---------- MATERIAL TO PROCESS ----------

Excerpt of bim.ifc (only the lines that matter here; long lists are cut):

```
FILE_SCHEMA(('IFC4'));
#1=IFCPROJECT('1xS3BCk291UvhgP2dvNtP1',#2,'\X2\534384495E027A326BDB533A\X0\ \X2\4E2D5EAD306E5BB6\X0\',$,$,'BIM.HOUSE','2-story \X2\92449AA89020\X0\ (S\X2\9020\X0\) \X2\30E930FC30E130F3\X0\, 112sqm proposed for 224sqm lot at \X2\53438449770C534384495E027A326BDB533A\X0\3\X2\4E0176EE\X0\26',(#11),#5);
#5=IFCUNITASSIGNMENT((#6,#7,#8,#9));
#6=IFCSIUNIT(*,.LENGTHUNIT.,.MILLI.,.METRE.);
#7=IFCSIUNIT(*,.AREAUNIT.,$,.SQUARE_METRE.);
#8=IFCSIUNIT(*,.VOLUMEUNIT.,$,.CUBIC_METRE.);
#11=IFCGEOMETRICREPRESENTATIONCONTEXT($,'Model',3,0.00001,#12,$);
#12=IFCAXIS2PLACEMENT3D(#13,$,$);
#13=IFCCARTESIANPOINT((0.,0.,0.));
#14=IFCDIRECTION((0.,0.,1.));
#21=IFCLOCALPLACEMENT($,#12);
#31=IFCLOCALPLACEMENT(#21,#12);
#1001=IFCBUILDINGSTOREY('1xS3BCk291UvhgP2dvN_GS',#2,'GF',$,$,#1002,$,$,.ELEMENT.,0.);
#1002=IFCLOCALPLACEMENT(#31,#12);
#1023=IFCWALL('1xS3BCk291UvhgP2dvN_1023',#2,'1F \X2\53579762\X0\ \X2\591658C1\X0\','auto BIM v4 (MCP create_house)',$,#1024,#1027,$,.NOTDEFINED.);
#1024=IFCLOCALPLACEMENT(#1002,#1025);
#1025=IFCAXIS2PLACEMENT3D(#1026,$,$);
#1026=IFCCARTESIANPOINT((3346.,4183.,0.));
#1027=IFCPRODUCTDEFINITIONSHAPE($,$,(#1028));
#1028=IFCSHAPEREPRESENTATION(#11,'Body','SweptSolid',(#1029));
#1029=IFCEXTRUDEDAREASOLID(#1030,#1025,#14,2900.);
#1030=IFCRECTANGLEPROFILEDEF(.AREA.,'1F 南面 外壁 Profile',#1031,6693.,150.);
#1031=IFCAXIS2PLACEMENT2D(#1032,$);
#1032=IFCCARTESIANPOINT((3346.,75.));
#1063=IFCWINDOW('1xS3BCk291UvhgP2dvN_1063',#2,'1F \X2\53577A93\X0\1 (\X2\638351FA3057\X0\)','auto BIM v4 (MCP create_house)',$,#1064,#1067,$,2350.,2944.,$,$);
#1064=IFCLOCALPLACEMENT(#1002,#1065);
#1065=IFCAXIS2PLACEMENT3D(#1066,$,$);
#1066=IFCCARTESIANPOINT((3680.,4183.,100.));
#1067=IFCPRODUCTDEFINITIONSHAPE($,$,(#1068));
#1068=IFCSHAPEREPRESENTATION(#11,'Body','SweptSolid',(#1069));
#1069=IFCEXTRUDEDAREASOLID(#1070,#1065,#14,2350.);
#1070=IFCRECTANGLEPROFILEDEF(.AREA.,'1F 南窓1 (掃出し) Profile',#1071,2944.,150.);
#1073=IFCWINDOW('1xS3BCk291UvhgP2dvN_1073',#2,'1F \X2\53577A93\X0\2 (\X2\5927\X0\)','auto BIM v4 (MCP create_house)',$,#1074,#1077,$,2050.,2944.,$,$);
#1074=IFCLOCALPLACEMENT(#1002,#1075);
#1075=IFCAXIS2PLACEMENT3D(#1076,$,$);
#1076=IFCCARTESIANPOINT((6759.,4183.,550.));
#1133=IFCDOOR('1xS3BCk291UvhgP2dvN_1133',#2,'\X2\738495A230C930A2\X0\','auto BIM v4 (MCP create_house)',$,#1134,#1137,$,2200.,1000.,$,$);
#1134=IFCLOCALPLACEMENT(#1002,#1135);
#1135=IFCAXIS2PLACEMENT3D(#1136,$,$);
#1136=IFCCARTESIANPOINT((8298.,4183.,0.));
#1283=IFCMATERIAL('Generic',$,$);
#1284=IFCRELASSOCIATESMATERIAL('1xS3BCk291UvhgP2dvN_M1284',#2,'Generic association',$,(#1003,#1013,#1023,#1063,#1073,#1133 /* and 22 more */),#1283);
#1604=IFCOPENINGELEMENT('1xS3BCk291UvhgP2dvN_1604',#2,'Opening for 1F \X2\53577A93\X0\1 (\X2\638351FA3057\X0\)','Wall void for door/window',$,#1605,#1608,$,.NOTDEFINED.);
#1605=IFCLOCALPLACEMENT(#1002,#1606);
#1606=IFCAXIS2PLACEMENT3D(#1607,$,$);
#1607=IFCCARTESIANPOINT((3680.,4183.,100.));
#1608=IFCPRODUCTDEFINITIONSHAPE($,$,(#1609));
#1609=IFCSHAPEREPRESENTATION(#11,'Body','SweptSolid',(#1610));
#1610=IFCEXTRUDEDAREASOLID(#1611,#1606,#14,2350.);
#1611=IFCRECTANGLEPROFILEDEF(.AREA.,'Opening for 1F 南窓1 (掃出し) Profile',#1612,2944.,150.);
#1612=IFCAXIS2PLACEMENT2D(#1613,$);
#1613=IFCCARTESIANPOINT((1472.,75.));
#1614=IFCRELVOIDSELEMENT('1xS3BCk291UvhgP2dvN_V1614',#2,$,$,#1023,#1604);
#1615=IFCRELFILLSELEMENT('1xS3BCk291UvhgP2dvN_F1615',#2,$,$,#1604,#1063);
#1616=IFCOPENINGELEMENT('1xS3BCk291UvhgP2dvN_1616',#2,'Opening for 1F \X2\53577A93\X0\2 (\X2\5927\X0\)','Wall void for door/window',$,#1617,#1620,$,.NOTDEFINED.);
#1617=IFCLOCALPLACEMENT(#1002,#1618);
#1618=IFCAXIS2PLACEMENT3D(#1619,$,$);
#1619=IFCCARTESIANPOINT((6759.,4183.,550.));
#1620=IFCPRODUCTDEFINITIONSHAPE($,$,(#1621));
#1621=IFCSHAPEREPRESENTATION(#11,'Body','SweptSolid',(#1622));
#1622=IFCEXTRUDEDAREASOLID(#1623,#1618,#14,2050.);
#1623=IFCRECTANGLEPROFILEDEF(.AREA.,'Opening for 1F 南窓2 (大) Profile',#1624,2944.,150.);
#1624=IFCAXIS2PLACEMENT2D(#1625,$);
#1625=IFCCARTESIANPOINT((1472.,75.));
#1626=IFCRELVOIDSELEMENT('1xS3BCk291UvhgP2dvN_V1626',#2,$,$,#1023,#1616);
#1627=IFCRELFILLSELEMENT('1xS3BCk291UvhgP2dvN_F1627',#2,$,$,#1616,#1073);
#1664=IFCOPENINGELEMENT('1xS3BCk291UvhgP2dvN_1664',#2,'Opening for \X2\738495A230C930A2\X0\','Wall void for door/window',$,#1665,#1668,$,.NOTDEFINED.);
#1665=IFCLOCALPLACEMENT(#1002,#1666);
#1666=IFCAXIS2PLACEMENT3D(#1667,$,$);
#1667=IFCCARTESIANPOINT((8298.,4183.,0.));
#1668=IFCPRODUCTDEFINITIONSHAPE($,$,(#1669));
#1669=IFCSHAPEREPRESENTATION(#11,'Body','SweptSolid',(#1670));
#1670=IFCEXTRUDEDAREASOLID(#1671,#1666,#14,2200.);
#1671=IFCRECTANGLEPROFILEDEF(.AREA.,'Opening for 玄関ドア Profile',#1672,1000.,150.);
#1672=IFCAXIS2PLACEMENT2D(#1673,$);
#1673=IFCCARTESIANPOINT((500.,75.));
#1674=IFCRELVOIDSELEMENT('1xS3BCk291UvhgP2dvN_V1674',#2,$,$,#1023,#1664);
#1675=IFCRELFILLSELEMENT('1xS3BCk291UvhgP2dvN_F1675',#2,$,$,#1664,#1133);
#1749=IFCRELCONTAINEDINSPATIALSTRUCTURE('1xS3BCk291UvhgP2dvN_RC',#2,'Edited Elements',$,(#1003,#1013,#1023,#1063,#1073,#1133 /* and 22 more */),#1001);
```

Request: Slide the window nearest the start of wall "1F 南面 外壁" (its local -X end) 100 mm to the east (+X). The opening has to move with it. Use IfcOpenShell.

```python
import ifcopenshell
import ifcopenshell.api.geometry
import ifcopenshell.util.placement

model = ifcopenshell.open("bim.ifc")

window = model.by_id(1063)
opening = window.FillsVoids[0].RelatingOpeningElement
wall = opening.VoidsElements[0].RelatingBuildingElement

wall_matrix = ifcopenshell.util.placement.get_local_placement(wall.ObjectPlacement)
shift = wall_matrix[:3, 0] * 100.0
before = ifcopenshell.util.placement.get_local_placement(window.ObjectPlacement)[:3, 3].copy()

# The window is not placed relative to its opening, so move both.
for product in (opening, window):
    matrix = ifcopenshell.util.placement.get_local_placement(product.ObjectPlacement)
    matrix[:3, 3] += shift
    ifcopenshell.api.geometry.edit_object_placement(model, product=product, matrix=matrix, is_si=False)

after = ifcopenshell.util.placement.get_local_placement(window.ObjectPlacement)[:3, 3]
print("window moved by", (after - before).round(3) + 0.0)

model.write("bim_rev.ifc")
```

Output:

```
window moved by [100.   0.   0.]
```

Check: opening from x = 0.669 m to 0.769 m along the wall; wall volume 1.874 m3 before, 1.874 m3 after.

----------

(PROBLEM DETAILS)
Reproduce each line of the data containing the word "Body".

(ANSWER SPACE)
#1028=IFCSHAPEREPRESENTATION(#11,'Body','SweptSolid',(#1029));
#1068=IFCSHAPEREPRESENTATION(#11,'Body','SweptSolid',(#1069));
#1609=IFCSHAPEREPRESENTATION(#11,'Body','SweptSolid',(#1610));
#1621=IFCSHAPEREPRESENTATION(#11,'Body','SweptSolid',(#1622));
#1669=IFCSHAPEREPRESENTATION(#11,'Body','SweptSolid',(#1670));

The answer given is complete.